I mean I'm not working on big code bases anymore, more tooling, analytics and managment. But both the open/closed principle and some advice from Sandy Metz and others really stuck with me: Don't bother abstracting.

Just write straight line code.

And then introduce indirections and abstractions if good reasons demand it. In fact, if changes to the code demand it.

For example, introducing an abstraction for an external database can improve testing prospects. If you need to fix the same bug in several places, it's usually time to extract a common abstraction. If you need to touch some established piece of code to introduce a choice what kinda algorithm/strategy/formatting/.... you need to use here, that's a decent point to introduce some abstraction and to inject some function/object here. If you would have to replicate the exact complex logic from somewhere else, and those places need to move in sync for reasons, moving that to a common place is probably a good idea.

Just following what the code needs and the changes and requirements around the code need has resulted in much simpler code and way more effective abstractions for myself.


I think it's a shame you didn't write the book. I know some people who desperately need to read it.


Same! Also, Swizec's an awesome writer. (Long-time email subscriber, and fan of his posts and Serverless Handbook book, etc).


Like cpus with icache and dcache which leverage memory locality, we overlook the effect of locality on understanding code.


Old style Java code often exhibits low CC, and as you indicate this is not necessarily a good thing. The actual logic is often spread out in a multitude of helpers, proxies, deep inheritance chains, and unneeded abstractions. The end result is a system that is very difficult to reason about.
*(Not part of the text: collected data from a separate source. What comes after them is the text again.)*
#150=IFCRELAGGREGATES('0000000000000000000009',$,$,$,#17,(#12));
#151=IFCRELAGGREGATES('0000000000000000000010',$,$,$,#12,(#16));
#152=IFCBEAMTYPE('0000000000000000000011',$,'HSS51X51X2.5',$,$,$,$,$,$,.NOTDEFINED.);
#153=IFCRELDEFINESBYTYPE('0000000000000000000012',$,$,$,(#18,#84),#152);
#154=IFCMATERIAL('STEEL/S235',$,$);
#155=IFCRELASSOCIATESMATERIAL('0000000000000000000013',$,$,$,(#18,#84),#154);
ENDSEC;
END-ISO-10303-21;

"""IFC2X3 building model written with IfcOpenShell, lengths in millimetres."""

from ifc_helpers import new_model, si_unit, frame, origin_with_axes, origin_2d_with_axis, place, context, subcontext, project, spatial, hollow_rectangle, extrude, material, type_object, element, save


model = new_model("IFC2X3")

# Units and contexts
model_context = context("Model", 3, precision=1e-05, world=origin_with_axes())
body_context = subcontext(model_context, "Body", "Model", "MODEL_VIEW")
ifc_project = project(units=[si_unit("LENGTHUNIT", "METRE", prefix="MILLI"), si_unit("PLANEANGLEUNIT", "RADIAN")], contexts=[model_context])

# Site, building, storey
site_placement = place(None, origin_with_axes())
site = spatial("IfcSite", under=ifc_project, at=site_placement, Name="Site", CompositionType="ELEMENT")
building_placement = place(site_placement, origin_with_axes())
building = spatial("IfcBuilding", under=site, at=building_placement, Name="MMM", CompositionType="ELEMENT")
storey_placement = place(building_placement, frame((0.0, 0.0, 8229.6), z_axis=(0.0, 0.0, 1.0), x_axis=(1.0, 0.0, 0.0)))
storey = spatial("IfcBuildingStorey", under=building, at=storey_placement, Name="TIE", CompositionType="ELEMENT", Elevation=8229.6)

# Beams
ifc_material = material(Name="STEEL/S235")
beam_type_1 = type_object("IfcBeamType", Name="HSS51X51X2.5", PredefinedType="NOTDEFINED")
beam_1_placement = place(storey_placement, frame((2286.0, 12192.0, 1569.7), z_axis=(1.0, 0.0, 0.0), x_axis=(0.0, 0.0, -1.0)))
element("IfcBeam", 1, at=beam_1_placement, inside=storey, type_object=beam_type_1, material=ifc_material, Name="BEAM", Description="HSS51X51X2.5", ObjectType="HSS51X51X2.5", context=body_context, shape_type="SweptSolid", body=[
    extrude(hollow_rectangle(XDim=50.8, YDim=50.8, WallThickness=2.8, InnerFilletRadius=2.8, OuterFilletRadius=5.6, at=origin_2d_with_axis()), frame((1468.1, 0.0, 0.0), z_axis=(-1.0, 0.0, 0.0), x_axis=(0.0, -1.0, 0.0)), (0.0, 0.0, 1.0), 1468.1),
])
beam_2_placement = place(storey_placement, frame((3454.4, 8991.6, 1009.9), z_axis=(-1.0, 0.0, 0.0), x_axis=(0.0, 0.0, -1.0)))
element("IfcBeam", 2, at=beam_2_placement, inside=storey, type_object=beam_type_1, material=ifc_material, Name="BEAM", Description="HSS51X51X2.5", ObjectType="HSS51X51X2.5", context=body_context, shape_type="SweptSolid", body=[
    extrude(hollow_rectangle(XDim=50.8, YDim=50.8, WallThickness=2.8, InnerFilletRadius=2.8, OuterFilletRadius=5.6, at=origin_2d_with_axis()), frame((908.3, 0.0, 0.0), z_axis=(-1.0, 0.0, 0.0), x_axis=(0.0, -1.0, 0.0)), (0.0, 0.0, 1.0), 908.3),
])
Also, in general terms over use of DRY can lead you here.

In many cases it is better to “risk” higher CC by concentrating logic where it makes sense.


Yeah I agree with this. Or, rather, I think there's an argument to be made that what we're really interested in is logic density Vs logic sparsity and when developing something we have to decide what the right level of that is. So if you're a small team, logic density makes sense because it means one person can have a lot of context in one place and make significant changes without doing a lot of context switching. Don't underestimate the productivity of one experienced guy doing old school PHP.

But if you're a large team on a large project logic sparsity (with appropriate decoupling!) makes sense because then multiple people can change the code simultaneously without stepping on each others' toes. People can specialise where appropriate without having to understand the whole thing. The "sparsity" approach is obviously what enterprises see as good news mostly because it means they can have large teams without silos but in real terms it costs a lot of money to operate this way. Although I think as you rightly point out, Java has in recent years realised that it possibly went a bit too far in that direction historically.


I hear what you're saying here, but I like to delay going in the second direction as long as feasibly possible.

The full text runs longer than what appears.